__AIM OF THE TASK__
Select from the records below every line that has the word "IFCRELAGGREGATES" in it.

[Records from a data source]
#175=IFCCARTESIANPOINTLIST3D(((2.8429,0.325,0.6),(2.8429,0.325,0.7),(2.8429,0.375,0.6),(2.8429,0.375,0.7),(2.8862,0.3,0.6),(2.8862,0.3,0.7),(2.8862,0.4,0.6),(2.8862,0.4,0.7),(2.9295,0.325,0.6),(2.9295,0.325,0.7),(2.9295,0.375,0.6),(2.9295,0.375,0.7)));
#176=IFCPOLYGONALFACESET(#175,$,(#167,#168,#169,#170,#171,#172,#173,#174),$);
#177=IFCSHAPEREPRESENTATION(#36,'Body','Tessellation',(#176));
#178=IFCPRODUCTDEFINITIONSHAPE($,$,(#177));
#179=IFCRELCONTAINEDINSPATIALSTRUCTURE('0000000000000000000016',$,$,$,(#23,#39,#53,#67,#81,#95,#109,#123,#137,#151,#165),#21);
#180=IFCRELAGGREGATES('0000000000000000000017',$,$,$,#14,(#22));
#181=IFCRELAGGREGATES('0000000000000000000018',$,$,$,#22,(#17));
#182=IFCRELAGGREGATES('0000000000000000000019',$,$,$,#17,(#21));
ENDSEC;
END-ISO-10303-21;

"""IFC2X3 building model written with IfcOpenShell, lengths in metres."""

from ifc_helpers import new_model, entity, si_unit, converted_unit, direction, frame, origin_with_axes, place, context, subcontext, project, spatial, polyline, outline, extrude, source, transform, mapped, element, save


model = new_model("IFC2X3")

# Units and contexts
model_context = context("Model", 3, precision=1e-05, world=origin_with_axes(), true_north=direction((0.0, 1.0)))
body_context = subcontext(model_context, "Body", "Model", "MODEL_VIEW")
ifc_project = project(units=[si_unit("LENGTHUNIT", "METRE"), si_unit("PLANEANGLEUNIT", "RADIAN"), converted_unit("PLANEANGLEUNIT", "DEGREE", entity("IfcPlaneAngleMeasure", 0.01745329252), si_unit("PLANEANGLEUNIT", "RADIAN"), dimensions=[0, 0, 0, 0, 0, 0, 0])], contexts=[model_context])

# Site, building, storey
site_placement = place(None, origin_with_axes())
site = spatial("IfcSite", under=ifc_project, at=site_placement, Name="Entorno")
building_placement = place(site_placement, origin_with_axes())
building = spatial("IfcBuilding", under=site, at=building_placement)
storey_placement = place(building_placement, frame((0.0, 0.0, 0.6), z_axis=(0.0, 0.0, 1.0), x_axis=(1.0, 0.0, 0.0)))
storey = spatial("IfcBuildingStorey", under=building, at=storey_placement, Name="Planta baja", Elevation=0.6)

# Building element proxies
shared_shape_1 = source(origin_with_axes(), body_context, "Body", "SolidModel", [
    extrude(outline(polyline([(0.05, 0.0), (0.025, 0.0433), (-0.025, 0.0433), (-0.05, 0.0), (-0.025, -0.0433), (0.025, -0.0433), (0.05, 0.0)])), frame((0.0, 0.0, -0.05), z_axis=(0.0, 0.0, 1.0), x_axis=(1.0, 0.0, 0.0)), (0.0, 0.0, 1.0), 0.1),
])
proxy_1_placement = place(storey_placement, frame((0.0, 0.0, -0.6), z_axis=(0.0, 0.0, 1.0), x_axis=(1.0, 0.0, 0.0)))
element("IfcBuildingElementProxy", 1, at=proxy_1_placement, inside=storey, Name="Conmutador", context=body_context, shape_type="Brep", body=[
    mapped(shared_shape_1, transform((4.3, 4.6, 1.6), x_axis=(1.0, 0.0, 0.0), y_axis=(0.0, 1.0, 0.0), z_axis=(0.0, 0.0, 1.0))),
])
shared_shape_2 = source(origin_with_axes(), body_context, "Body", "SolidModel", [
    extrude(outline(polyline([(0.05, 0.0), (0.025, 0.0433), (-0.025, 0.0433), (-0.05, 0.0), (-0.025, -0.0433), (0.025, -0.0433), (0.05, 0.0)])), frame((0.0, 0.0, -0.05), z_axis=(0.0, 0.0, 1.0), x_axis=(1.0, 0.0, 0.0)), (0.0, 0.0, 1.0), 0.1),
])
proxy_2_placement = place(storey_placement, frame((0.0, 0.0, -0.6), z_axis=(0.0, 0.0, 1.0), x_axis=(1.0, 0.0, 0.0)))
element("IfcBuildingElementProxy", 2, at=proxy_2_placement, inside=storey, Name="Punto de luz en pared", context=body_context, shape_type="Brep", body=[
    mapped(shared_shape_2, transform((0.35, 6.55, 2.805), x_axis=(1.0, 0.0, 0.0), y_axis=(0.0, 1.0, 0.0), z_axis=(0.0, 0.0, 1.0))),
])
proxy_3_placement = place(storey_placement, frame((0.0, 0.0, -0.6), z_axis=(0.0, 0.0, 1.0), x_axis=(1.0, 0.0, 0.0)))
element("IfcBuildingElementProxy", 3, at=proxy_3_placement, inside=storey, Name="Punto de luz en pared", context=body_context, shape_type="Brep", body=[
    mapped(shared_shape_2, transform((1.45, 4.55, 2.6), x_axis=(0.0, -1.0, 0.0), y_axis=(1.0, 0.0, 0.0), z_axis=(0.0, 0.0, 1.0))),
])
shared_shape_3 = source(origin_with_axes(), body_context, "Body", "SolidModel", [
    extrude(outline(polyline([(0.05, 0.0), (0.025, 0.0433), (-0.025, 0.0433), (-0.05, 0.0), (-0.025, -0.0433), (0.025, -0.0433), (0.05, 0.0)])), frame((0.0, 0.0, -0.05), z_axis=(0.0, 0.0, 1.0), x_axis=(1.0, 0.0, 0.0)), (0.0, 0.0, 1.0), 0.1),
---
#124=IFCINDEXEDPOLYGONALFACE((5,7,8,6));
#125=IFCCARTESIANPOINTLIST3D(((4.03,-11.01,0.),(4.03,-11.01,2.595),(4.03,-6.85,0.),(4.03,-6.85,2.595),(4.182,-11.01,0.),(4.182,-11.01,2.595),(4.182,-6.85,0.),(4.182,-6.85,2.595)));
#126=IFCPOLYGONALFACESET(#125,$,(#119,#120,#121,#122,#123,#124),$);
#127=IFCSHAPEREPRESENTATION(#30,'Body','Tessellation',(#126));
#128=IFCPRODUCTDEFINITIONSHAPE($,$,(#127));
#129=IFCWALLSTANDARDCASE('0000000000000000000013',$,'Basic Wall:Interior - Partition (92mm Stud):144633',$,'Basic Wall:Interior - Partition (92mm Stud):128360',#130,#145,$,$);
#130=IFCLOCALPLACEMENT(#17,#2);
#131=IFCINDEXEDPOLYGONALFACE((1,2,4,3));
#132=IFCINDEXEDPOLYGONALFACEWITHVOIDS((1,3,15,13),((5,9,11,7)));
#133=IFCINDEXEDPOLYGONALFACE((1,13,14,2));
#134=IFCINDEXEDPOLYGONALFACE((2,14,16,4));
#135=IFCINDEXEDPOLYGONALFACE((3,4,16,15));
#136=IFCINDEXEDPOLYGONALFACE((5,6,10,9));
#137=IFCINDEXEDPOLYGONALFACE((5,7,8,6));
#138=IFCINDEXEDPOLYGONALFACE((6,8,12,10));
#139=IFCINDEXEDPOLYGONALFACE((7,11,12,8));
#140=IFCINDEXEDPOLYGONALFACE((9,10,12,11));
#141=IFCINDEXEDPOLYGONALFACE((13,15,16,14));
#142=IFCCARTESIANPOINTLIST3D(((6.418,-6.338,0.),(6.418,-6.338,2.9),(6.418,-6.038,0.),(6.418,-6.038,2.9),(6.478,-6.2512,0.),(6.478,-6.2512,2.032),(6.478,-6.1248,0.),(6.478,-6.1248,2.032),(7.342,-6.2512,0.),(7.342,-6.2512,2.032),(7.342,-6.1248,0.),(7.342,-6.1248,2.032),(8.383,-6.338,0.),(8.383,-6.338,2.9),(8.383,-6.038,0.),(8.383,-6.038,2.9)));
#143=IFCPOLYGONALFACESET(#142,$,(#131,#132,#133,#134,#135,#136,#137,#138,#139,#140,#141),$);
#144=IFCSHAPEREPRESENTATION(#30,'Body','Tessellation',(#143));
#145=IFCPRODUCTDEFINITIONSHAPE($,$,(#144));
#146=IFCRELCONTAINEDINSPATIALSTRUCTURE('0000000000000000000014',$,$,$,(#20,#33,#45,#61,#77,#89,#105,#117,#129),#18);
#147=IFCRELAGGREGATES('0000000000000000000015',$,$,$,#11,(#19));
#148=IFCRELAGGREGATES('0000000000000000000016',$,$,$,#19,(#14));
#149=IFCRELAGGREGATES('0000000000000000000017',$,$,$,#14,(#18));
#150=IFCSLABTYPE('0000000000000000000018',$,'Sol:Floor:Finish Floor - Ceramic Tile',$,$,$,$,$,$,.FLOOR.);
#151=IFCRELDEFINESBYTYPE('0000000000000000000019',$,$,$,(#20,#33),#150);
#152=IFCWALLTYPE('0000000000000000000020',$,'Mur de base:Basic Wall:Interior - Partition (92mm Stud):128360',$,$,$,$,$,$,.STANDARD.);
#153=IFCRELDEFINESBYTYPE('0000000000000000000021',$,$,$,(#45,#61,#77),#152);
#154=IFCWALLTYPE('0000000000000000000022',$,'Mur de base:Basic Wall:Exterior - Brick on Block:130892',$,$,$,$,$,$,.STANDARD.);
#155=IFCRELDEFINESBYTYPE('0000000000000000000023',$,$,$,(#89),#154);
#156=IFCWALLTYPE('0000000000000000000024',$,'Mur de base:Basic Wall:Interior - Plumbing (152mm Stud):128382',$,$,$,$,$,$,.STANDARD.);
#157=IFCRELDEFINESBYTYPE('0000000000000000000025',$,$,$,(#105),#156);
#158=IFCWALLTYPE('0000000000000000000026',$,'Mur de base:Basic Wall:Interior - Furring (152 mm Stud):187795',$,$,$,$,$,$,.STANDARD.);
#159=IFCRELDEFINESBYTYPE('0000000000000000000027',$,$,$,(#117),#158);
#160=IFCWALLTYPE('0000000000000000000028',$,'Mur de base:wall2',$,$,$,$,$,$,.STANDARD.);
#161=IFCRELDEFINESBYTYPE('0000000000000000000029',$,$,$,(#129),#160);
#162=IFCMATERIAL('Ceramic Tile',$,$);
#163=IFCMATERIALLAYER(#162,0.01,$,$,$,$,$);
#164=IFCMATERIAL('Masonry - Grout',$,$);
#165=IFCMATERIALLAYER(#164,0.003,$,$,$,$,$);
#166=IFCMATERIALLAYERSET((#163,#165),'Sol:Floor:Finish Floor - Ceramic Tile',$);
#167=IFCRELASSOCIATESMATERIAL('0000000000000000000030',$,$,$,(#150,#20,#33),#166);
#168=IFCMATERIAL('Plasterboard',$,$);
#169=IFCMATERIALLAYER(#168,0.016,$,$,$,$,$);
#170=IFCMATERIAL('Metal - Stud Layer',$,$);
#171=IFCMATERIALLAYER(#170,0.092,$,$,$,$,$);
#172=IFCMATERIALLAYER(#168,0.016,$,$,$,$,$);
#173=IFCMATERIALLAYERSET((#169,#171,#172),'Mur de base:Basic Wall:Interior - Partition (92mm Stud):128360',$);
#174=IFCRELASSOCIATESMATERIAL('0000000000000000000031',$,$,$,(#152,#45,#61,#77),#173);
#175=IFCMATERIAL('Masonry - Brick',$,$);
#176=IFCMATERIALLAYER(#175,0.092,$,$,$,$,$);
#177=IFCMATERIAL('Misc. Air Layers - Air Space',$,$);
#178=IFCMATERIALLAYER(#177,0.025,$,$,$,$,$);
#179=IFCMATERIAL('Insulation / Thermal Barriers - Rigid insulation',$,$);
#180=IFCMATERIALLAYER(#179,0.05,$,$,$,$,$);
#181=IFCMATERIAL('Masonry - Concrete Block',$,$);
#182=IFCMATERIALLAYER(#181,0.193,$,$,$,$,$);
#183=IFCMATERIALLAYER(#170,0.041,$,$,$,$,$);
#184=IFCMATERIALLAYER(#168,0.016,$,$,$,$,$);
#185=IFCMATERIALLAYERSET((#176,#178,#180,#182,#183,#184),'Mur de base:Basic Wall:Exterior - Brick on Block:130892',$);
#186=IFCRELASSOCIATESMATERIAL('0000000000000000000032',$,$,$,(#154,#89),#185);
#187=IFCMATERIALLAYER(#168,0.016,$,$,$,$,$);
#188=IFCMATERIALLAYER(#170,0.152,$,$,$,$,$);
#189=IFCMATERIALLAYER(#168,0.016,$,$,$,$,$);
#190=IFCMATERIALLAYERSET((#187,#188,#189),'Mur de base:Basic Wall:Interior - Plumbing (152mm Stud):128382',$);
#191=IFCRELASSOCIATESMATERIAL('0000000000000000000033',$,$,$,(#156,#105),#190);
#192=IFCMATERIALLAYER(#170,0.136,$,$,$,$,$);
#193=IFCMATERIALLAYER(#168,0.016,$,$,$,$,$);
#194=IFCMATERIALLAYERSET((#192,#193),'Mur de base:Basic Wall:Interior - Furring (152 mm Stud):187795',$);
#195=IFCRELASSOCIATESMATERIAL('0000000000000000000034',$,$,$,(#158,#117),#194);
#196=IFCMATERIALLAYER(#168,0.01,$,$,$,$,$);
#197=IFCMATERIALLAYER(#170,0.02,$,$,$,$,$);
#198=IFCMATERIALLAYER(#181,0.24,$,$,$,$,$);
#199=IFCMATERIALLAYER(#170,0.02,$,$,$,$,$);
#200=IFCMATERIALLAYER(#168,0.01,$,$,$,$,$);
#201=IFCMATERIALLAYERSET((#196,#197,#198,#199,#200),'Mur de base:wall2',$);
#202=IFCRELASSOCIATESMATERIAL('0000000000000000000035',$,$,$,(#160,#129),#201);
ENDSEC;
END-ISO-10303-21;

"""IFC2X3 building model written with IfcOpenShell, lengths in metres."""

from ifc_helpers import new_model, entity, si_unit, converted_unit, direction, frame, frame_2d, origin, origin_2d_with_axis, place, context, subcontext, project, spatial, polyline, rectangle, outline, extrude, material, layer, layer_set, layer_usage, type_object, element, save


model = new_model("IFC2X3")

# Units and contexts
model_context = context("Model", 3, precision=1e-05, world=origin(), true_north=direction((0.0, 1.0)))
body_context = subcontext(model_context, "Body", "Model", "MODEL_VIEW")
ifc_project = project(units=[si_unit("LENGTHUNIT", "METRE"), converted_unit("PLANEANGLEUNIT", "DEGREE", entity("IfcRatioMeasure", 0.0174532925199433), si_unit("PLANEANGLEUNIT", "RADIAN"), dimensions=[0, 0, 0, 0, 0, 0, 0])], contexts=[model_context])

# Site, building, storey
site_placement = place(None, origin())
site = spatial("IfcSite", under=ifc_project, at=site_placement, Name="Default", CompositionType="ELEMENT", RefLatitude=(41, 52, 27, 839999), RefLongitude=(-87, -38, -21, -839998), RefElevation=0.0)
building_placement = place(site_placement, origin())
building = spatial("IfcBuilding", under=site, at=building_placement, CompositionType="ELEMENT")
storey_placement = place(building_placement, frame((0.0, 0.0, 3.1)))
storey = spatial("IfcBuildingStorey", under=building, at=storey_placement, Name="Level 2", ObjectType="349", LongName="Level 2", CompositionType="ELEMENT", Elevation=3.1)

__OUTPUT OF THE TASK__
#180=IFCRELAGGREGATES('0000000000000000000017',$,$,$,#14,(#22));
#181=IFCRELAGGREGATES('0000000000000000000018',$,$,$,#22,(#17));
#182=IFCRELAGGREGATES('0000000000000000000019',$,$,$,#17,(#21));
#147=IFCRELAGGREGATES('0000000000000000000015',$,$,$,#11,(#19));
#148=IFCRELAGGREGATES('0000000000000000000016',$,$,$,#19,(#14));
#149=IFCRELAGGREGATES('0000000000000000000017',$,$,$,#14,(#18));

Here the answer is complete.